Young s’est déclaré éligible pour la draft en 1998, après avoir quitté l’Académie Militaire de Hargrave suite à son implication dans un scandale de pots-de-vins qui avait secoué le championnat amateur de l’AAU et le basket-ball universitaire. Les Detroit Pistons ont pris Young avec le quarantième choix, entre Rafer Alston et Cuttino Mobley – deux joueurs qui ont effectué une longue carrière en NBA. Mais le rêve de Young n’a duré que quinze minutes – trois contre Washington, cinq contre Atlanta et sept contre Orlando. Il n’a rien fait d’autre avec Detroit lors de sa première et dernière saison en NBA. « Korleone aurait dû être un excellent pro. Il dominait les Rashard Lewis, Shane Battier et consorts, confie Myron Piggie Sr., cousin germain de Young et figure centrale du scandale de l’AAU. Il dominait tout le monde. »

Mais comme de nombreux jeunes récompensés trop tôt et mal préparés à la vie d’adulte, Young a mal tourné. Il n’a pas écouté ses conseillers financiers. Il a bu et fumé plus que de raison. Il s’est retrouvé mêlé à différents problèmes. Un jour, on l’a menacé avec un revolver. Young s’est éloigné de la NBA et d’une vie confortable, et il se trouvait maintenant dans l’obscurité d’un bureau de pasteur, dans sa ville natale de Wichita, au Kansas. Ses quinze minutes de jeu en NBA ont été la plénitude de son existence. Il a passé les années qui ont suivi à essayer sans enthousiasme d’y retourner. Il a voyagé et joué dans le monde entier, sans jamais rester longtemps au même endroit. Aujourd’hui, à trente-quatre ans, il cherche à donner un nouveau sens à sa vie. Mais il ne sait pas comment ni par où commencer. Il n’a plus mis les pieds dans une école depuis 1998. Il ne sait pas faire grand-chose. Il gagne un peu d’argent en entraînant des lycéens, bien qu’il sache pertinemment que les parents du quartier l’embauchent parce qu’il a besoin d’un travail. Il ne sait même pas gérer son chéquier. Ses trois filles vivent avec leur mère à Houston. Young dit qu’il ne peut pas se permettre d’habiter près d’elles.

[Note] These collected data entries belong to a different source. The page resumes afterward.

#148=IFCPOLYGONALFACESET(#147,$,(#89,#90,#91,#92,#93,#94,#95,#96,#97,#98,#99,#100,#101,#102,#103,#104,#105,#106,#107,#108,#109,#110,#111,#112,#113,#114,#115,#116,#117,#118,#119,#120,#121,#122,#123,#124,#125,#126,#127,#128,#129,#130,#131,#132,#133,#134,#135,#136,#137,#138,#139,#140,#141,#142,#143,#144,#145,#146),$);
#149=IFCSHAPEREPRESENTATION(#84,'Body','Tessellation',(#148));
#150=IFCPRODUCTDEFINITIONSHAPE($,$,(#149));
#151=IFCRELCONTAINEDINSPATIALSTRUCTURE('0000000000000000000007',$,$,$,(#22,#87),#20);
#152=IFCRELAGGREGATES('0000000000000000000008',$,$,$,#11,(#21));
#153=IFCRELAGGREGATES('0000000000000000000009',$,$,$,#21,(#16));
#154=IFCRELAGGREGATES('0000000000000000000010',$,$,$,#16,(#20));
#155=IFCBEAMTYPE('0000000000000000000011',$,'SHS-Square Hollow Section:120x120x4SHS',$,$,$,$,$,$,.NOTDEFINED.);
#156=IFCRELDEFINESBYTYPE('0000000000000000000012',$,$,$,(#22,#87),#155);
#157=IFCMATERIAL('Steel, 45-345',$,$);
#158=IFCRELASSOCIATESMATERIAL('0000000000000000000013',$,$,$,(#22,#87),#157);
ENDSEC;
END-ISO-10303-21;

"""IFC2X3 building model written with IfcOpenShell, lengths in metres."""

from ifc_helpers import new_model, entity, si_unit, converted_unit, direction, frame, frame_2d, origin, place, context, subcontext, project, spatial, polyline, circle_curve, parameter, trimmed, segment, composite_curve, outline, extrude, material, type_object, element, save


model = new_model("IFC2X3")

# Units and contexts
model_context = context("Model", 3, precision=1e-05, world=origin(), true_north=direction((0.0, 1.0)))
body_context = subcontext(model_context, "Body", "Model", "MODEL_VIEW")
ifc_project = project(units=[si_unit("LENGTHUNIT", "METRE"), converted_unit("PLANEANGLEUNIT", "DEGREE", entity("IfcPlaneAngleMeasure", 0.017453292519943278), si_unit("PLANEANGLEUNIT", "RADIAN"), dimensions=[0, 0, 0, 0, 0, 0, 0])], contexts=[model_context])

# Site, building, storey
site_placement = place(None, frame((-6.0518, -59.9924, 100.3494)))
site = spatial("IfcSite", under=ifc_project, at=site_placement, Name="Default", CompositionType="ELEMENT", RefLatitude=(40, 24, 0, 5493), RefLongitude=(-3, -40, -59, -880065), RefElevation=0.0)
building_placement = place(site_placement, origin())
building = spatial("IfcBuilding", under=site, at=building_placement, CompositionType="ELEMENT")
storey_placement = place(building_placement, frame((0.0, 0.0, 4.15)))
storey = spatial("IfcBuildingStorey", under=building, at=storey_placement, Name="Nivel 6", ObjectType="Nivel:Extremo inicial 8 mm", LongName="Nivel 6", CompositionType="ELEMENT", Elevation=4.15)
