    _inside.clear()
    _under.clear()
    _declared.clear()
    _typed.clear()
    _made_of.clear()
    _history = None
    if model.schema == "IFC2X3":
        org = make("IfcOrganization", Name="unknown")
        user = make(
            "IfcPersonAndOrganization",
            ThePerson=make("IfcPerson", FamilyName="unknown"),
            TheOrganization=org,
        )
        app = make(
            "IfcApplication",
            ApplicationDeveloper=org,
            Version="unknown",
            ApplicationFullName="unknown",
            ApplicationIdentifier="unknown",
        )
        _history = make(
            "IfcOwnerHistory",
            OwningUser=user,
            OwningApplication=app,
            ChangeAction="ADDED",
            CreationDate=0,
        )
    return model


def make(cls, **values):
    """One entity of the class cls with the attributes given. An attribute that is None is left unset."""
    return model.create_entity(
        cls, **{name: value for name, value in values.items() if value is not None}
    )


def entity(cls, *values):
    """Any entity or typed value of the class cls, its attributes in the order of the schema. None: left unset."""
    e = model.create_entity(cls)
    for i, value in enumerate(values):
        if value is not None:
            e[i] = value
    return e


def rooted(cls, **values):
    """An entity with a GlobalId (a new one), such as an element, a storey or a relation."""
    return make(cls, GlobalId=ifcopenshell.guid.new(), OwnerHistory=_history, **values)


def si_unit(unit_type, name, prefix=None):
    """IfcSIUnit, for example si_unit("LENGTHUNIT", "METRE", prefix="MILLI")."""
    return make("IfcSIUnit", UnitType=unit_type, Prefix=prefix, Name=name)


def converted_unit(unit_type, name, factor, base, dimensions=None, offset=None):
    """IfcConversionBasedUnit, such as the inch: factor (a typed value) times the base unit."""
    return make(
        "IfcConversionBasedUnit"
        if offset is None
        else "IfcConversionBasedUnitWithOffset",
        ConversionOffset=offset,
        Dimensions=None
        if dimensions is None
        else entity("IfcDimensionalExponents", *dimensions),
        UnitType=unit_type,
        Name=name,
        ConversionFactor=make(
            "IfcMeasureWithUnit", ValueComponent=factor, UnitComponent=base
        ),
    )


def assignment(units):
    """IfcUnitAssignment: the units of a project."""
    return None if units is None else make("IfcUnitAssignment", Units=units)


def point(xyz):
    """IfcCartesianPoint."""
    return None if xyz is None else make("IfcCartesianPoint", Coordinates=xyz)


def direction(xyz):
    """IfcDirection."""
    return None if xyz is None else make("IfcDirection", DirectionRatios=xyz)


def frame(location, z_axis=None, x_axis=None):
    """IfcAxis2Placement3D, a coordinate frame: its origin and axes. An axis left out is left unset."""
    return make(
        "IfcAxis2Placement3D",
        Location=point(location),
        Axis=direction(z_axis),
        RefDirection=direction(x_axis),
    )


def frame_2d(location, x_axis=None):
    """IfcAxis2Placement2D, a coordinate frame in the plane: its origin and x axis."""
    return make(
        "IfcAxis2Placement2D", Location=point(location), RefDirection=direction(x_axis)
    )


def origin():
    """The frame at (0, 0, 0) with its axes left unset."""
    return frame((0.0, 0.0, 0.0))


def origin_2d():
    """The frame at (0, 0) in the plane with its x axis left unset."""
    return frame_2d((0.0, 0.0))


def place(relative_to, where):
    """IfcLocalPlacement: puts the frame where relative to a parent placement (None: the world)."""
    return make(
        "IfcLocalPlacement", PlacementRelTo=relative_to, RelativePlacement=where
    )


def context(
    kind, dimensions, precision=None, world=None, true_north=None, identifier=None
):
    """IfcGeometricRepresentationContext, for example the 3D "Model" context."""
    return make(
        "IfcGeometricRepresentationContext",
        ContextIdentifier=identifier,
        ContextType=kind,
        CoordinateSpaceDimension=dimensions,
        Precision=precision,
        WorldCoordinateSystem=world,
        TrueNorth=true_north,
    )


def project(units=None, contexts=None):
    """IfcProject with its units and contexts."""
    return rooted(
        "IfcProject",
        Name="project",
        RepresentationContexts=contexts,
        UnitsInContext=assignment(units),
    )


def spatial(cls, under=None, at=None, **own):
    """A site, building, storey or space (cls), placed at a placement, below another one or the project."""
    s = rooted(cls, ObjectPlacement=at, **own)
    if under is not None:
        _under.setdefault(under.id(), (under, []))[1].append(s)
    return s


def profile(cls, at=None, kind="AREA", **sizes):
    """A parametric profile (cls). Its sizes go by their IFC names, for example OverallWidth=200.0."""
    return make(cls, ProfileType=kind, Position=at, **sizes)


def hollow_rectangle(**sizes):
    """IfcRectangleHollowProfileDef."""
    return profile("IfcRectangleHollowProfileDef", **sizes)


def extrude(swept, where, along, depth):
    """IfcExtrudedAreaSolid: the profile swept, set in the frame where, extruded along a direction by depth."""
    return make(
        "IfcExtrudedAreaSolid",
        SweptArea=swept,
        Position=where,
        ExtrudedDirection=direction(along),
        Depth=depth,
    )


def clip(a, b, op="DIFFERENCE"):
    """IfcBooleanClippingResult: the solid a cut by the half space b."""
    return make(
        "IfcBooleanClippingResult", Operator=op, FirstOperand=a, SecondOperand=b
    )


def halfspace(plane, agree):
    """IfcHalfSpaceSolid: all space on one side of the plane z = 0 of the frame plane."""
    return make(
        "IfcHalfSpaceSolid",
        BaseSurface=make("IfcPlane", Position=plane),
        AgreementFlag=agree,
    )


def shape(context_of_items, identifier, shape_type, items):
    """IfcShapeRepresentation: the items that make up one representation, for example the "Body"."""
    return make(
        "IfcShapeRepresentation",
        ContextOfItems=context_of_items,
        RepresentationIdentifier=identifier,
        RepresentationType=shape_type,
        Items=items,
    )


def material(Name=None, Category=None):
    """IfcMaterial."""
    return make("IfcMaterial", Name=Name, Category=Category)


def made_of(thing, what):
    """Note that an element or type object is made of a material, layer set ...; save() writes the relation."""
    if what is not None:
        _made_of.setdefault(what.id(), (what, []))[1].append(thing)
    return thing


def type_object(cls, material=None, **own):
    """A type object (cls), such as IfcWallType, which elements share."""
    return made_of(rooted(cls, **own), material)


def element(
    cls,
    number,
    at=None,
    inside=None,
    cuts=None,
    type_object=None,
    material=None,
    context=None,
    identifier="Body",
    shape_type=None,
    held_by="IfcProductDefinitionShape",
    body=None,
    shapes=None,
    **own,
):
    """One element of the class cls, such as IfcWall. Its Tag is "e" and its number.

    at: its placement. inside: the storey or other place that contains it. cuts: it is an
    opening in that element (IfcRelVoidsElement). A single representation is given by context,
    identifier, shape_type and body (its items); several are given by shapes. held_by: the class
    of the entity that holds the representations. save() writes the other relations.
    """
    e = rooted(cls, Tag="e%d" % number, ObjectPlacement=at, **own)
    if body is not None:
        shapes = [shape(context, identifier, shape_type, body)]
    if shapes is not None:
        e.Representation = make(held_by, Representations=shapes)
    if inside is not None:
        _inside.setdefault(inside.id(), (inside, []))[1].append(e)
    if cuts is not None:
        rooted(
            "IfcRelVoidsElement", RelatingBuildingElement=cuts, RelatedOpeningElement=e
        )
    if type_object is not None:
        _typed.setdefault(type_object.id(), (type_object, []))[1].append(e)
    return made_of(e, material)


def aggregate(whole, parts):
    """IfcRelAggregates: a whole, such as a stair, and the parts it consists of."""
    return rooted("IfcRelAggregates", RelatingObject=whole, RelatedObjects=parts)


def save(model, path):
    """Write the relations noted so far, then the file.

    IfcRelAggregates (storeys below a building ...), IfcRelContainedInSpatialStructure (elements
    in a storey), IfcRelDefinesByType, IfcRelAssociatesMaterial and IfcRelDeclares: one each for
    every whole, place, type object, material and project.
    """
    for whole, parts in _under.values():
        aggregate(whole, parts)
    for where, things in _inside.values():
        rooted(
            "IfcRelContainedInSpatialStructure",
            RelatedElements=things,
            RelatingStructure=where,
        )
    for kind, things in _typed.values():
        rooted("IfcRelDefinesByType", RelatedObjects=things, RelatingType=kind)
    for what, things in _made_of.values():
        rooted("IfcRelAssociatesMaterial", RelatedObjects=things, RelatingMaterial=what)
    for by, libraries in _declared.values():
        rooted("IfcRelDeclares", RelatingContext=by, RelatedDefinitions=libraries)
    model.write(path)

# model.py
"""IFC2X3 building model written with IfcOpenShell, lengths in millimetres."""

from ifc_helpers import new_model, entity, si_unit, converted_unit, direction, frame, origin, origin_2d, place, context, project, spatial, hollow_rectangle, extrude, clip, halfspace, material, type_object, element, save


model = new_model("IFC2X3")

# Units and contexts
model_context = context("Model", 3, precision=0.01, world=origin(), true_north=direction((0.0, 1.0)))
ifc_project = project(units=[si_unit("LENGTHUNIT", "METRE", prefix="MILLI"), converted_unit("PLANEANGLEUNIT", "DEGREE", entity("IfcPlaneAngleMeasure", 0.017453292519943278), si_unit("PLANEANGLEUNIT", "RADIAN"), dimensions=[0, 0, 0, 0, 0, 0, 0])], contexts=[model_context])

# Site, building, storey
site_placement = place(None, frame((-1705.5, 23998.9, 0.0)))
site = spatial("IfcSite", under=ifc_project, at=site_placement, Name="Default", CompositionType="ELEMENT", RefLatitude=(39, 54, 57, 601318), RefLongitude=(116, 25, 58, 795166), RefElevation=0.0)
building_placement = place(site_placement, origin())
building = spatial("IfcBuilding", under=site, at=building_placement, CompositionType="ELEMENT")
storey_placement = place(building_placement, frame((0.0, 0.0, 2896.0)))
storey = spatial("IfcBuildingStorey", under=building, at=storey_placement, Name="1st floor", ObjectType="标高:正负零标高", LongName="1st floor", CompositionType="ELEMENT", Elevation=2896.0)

Quand je suis arrivé à Wichita, Young était nerveux. Bien que j’aie atterri le matin, il a attendu onze heures pour retourner mes appels. Il savait que je lui poserais les questions qu’il a passé des années à esquiver. Pendant près d’une décennie, il n’avait pas voulu y répondre. Il ne sait toujours pas comment faire. Au fil des ans, il s’est excusé auprès de sa famille et de ses amis, mais sans vraiment savoir de quoi il devait s’excuser. Il s’est isolé du monde. La solitude et l’éloignement qu’il ressentait en jouant en Russie ou en Chine étaient devenus des compagnons familiers. Agréables, même. Quand il est rentré chez lui, il a continué à vivre dans la solitude.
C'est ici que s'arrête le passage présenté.